The incident that sealed his fame in Nepal came weeks ago when a poisonous snake bit him. After being hidden behind a curtain by his supporters for five days, reports say he came out and said: "A snake bit me but I do not need treatment. I need six years of deep meditation."

The Buddha, who was born Siddhartha Gautama in Nepal in 560 BC, meditated and fasted under a tree until he achieved enlightenment and founded the Buddhist religion.

The teenager has said he will meditate and fast for six years, until he achieves enlightenment. But he has also told followers that he is not a Buddha but a rinpoche, a lesser degree of holiness. "I don't have the Buddha's energy," he said.

Now scientists want to investigate the claims that the boy is surviving without drinking water. Most people can survive without food for prolonged periods, drawing on their bodies' stores of fat. But it is not believed possible to survive without water.

Some of the boy's devotees say that at first he drank a milk-like substance from the roots of the tree, but more recently has done without any liquid.

Claims by holy men to have unusual powers are common in south Asia, but they are rarely subjected to scientific scrutiny. But Bamjan has become so famous that people are asking for proof. A team from the Royal Nepal Academy of Science and Technology is to investigate. They will have to observe without touching him to avoid breaking his meditation.

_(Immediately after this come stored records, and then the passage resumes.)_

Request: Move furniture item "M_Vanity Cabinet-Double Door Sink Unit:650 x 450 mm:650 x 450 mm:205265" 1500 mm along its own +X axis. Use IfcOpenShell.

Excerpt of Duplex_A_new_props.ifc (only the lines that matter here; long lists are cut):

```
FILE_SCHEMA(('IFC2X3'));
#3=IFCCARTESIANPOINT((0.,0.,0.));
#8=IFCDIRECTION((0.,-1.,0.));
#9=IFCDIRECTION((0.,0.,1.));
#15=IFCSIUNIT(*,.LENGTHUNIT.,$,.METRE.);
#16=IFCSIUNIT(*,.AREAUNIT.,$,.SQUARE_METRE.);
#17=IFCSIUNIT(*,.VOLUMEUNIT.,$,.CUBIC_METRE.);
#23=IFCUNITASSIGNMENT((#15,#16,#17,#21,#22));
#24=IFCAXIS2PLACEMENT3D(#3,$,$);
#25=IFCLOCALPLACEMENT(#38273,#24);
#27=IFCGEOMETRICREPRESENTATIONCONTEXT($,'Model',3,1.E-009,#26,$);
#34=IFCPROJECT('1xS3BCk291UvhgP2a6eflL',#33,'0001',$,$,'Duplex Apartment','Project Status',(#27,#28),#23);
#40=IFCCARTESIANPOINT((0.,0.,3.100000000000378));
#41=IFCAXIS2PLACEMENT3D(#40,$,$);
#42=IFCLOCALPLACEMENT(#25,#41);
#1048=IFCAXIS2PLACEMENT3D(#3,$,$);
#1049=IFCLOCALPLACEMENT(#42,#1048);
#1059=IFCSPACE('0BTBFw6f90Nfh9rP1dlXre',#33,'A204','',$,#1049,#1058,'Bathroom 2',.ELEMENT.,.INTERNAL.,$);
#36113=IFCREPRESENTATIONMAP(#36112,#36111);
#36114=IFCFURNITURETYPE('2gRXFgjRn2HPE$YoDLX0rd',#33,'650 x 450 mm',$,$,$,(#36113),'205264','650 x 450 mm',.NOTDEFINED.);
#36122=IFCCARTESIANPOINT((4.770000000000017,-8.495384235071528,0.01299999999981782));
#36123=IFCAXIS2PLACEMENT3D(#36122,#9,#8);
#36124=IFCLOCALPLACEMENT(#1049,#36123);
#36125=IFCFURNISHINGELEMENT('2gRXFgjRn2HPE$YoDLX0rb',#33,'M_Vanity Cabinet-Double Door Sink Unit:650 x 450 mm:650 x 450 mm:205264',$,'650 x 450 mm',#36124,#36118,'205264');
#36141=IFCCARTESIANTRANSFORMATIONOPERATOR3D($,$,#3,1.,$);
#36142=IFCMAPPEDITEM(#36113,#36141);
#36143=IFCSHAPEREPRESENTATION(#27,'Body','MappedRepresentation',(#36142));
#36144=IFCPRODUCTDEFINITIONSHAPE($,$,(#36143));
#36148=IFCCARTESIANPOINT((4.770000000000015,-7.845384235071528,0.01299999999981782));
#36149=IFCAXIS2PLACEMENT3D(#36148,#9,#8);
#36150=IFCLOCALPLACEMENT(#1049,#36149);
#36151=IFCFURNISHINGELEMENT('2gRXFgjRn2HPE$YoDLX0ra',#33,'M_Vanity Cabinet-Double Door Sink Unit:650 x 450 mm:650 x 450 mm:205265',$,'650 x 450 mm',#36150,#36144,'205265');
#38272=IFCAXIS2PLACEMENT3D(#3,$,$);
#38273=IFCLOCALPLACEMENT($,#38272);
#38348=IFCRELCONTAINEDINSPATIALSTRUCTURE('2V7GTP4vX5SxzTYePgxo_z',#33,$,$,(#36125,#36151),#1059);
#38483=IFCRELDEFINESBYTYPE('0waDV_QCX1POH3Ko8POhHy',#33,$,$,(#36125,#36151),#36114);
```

```python
import ifcopenshell
import ifcopenshell.api.geometry
import ifcopenshell.util.placement

model = ifcopenshell.open("Duplex_A_new_props.ifc")

item = model.by_id(36151)
matrix = ifcopenshell.util.placement.get_local_placement(item.ObjectPlacement)
matrix[:3, 3] += matrix[:3, 0] * 1.5
ifcopenshell.api.geometry.edit_object_placement(model, product=item, matrix=matrix, is_si=False)

print(ifcopenshell.util.placement.get_local_placement(item.ObjectPlacement).round(3) + 0.0)

model.write("Duplex_A_new_props_rev.ifc")
```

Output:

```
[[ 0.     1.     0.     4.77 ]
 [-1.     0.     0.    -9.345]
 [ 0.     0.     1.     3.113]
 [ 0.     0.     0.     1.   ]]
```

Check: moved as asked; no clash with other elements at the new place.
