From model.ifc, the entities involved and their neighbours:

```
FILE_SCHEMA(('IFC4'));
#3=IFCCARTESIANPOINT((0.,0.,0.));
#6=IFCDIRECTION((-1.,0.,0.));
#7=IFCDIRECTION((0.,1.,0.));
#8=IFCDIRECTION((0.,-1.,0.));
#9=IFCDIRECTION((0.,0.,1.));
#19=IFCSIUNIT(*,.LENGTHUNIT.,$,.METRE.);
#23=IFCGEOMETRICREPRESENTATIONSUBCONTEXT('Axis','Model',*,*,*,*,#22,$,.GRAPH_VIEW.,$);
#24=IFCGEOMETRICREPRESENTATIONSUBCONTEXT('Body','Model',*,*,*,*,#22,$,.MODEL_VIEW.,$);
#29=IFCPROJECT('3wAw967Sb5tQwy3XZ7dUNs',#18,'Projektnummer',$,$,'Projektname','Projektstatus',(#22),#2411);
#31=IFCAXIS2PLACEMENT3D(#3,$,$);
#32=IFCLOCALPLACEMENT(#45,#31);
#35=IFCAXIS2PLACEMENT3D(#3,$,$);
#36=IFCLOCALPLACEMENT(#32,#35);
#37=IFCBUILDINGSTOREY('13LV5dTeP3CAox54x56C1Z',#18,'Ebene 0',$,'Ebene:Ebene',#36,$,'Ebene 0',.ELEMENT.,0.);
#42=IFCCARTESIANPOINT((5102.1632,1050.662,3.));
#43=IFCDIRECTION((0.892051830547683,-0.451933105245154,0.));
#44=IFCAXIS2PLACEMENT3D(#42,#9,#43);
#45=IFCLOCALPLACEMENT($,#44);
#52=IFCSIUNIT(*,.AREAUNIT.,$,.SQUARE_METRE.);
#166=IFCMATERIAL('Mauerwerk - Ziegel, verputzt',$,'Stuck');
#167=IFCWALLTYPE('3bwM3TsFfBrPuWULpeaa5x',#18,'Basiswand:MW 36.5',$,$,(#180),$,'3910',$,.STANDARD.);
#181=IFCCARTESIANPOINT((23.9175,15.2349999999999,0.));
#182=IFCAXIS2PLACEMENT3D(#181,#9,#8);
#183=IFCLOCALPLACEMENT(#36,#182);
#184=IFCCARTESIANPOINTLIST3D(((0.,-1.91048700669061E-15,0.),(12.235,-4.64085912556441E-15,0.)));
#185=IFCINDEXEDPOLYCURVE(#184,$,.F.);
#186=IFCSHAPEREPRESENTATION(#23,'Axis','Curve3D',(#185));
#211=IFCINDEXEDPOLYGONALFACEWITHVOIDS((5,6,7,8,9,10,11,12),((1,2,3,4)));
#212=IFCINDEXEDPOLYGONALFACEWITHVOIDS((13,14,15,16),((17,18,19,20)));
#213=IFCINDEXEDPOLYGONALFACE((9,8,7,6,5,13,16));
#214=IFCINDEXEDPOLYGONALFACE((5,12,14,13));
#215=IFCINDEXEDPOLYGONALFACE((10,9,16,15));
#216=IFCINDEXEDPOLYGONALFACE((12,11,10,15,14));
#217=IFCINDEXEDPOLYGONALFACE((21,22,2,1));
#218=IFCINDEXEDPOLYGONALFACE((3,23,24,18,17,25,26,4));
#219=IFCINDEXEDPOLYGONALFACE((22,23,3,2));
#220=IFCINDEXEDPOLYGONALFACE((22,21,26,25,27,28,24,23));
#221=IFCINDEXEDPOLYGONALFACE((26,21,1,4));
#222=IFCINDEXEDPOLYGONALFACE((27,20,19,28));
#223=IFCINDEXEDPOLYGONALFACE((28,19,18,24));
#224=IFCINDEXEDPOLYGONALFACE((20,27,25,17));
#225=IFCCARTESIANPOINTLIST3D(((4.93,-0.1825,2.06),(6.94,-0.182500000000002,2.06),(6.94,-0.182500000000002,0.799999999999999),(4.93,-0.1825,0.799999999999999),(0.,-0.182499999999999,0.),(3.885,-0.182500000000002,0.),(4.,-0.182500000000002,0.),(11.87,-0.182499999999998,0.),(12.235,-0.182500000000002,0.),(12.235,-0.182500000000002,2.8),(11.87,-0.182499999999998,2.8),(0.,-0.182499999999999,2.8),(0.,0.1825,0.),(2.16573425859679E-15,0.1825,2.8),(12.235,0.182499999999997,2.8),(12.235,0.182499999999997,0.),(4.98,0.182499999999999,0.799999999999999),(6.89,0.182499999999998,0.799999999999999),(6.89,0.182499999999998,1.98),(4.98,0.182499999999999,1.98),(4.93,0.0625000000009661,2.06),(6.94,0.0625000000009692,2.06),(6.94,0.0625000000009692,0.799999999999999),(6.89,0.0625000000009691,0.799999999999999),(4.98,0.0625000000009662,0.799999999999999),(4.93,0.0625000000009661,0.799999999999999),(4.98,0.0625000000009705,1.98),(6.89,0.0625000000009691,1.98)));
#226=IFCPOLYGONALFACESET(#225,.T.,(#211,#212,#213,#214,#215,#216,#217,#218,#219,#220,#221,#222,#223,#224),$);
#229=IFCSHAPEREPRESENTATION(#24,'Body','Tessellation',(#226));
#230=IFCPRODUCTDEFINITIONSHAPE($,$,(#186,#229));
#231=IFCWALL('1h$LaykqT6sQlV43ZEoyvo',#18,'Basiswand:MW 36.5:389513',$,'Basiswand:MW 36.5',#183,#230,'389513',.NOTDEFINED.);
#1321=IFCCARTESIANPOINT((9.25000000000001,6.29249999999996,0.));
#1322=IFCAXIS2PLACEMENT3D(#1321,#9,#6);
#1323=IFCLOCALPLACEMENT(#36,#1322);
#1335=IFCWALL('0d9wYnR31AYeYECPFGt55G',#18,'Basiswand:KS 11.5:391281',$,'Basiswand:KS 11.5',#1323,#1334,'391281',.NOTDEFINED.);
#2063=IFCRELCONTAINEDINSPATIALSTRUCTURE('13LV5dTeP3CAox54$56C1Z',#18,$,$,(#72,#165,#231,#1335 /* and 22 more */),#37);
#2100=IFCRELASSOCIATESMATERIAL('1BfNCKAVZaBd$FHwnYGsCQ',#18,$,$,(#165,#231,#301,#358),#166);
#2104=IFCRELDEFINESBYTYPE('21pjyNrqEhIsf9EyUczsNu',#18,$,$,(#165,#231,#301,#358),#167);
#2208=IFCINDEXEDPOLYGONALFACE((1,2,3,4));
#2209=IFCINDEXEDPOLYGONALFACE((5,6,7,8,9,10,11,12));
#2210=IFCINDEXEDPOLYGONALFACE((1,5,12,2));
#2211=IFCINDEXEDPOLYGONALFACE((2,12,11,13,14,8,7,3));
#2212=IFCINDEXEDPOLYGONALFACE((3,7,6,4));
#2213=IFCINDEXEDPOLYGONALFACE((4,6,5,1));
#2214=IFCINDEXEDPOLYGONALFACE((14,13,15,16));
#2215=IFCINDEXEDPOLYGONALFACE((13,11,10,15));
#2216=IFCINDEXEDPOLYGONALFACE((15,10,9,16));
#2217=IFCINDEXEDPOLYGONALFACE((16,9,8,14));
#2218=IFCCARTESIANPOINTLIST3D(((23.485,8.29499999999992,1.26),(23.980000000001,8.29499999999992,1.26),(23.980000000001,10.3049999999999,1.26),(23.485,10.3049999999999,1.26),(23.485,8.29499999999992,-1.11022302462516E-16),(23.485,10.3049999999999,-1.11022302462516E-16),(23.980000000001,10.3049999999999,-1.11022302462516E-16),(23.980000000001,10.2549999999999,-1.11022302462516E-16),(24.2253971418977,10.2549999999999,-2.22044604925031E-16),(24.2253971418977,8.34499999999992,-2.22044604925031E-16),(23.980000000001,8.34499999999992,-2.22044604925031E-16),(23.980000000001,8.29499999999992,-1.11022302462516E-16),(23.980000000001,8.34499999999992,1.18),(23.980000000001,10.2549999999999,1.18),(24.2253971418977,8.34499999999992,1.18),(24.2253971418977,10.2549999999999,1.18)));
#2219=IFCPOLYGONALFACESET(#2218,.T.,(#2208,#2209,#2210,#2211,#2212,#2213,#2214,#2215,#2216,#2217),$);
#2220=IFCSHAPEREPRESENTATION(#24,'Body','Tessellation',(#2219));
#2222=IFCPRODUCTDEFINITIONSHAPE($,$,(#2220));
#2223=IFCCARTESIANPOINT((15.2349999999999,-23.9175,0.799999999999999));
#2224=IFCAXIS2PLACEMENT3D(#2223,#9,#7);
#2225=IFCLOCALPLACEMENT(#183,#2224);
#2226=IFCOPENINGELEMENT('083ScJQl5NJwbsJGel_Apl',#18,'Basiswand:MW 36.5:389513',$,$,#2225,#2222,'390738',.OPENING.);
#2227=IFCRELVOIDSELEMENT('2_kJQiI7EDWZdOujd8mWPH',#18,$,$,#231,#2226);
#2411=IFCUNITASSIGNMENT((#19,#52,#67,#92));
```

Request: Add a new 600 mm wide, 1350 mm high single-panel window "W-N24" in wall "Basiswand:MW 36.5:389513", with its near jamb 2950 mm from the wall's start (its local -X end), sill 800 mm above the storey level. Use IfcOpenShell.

```python
import numpy as np
import ifcopenshell
import ifcopenshell.api.feature
import ifcopenshell.api.geometry
import ifcopenshell.api.root
import ifcopenshell.api.spatial
import ifcopenshell.geom
import ifcopenshell.util.element
import ifcopenshell.util.placement
import ifcopenshell.util.representation
import ifcopenshell.util.shape
import ifcopenshell.util.unit

model = ifcopenshell.open("model.ifc")
unit_scale = ifcopenshell.util.unit.calculate_unit_scale(model)
settings = ifcopenshell.geom.settings()


def volume(element):
    """Net volume in cubic metres, openings subtracted."""
    shape = ifcopenshell.geom.create_shape(settings, element)
    return ifcopenshell.util.shape.get_volume(shape.geometry)


wall = model.by_id(231)
storey = ifcopenshell.util.element.get_container(wall, ifc_class="IfcBuildingStorey")
context = ifcopenshell.util.representation.get_context(model, "Model", "Body", "MODEL_VIEW")
before = volume(wall)

width, height, from_end, sill = 0.6, 1.35, 2.95, 0.8  # metres

# The wall runs along its own X axis, and the end named is its -X end.
wall_shape = ifcopenshell.geom.create_shape(settings, wall)
x, y, z = ifcopenshell.util.shape.get_vertices(wall_shape.geometry).T
start = x.min() + from_end
face, thickness = float(y.min()), float(y.max() - y.min())
wall_matrix = ifcopenshell.util.placement.get_local_placement(wall.ObjectPlacement)
level = ifcopenshell.util.placement.get_local_placement(storey.ObjectPlacement)[2, 3]


def in_wall(x, y):
    """Placement at x, y metres in the wall's axes, at sill height."""
    matrix = wall_matrix.copy()
    matrix[:, 3] = wall_matrix @ np.array([x / unit_scale, y / unit_scale, 0.0, 1.0])
    matrix[2, 3] = level + sill / unit_scale
    return matrix


# Opening: a box that overshoots both wall faces by 50 mm.
opening = ifcopenshell.api.root.create_entity(model, ifc_class="IfcOpeningElement", predefined_type="OPENING")
box = ifcopenshell.api.geometry.add_wall_representation(
    model, context=context, length=width, height=height, thickness=thickness + 0.1
)
ifcopenshell.api.geometry.assign_representation(model, product=opening, representation=box)
ifcopenshell.api.geometry.edit_object_placement(model, product=opening, matrix=in_wall(start, face - 0.05), is_si=False)
ifcopenshell.api.feature.add_feature(model, feature=opening, element=wall)

window = ifcopenshell.api.root.create_entity(model, ifc_class="IfcWindow", name="W-N24", predefined_type="WINDOW")
window.OverallWidth, window.OverallHeight = width / unit_scale, height / unit_scale
window.PartitioningType = "SINGLE_PANEL"
body = ifcopenshell.api.geometry.add_window_representation(
    model,
    context=context,
    overall_width=window.OverallWidth,
    overall_height=window.OverallHeight,
    partition_type="SINGLE_PANEL",
)
ifcopenshell.api.geometry.assign_representation(model, product=window, representation=body)
ifcopenshell.api.spatial.assign_container(model, products=[window], relating_structure=storey)
ifcopenshell.api.feature.add_filling(model, opening=opening, element=window)

# Centre the window in the wall's thickness.
ifcopenshell.api.geometry.edit_object_placement(model, product=window, matrix=in_wall(start, face), is_si=False)
window_shape = ifcopenshell.geom.create_shape(settings, window)
depth = ifcopenshell.util.shape.get_vertices(window_shape.geometry)[:, 1]
offset = face + thickness / 2 - (depth.min() + depth.max()) / 2
ifcopenshell.api.geometry.edit_object_placement(model, product=window, matrix=in_wall(start, offset), is_si=False)

after = volume(wall)

print(f"wall volume {before:.3f} -> {after:.3f} m3")

model.write("model_rev.ifc")
```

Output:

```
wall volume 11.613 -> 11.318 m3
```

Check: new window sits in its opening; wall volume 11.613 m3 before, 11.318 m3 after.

Their study could prove controversial. A lucrative business has grown up around the meditating boy. Photographs of him are on sale at the shrine that has sprung up in honour of him. Local authorities say some 500,000 Nepali rupees (£4,000) have been deposited in the bank by his devotees. Local people have formed a committee to manage the offerings made by pilgrims.

As well as donations, private vendors are said to be making big profits by selling incense sticks and tea to those who visit the shrine. Although the boy's devotees say he fasts and meditates day and night, no one has seen him at night. After dark, a screen is put up around him. The same screen was put up after he was bitten by the snake.

The boy's parents say that they have no more understanding than anyone else of what is really going on with their son. His mother says she fainted when she heard he had started meditating. She says she visits him but that he will not talk even to her.

But those hoping the scientists can put paid to the controversy for good may be disappointed; their observations will be performed behind the same screen that hides Bamjan from onlookers at night.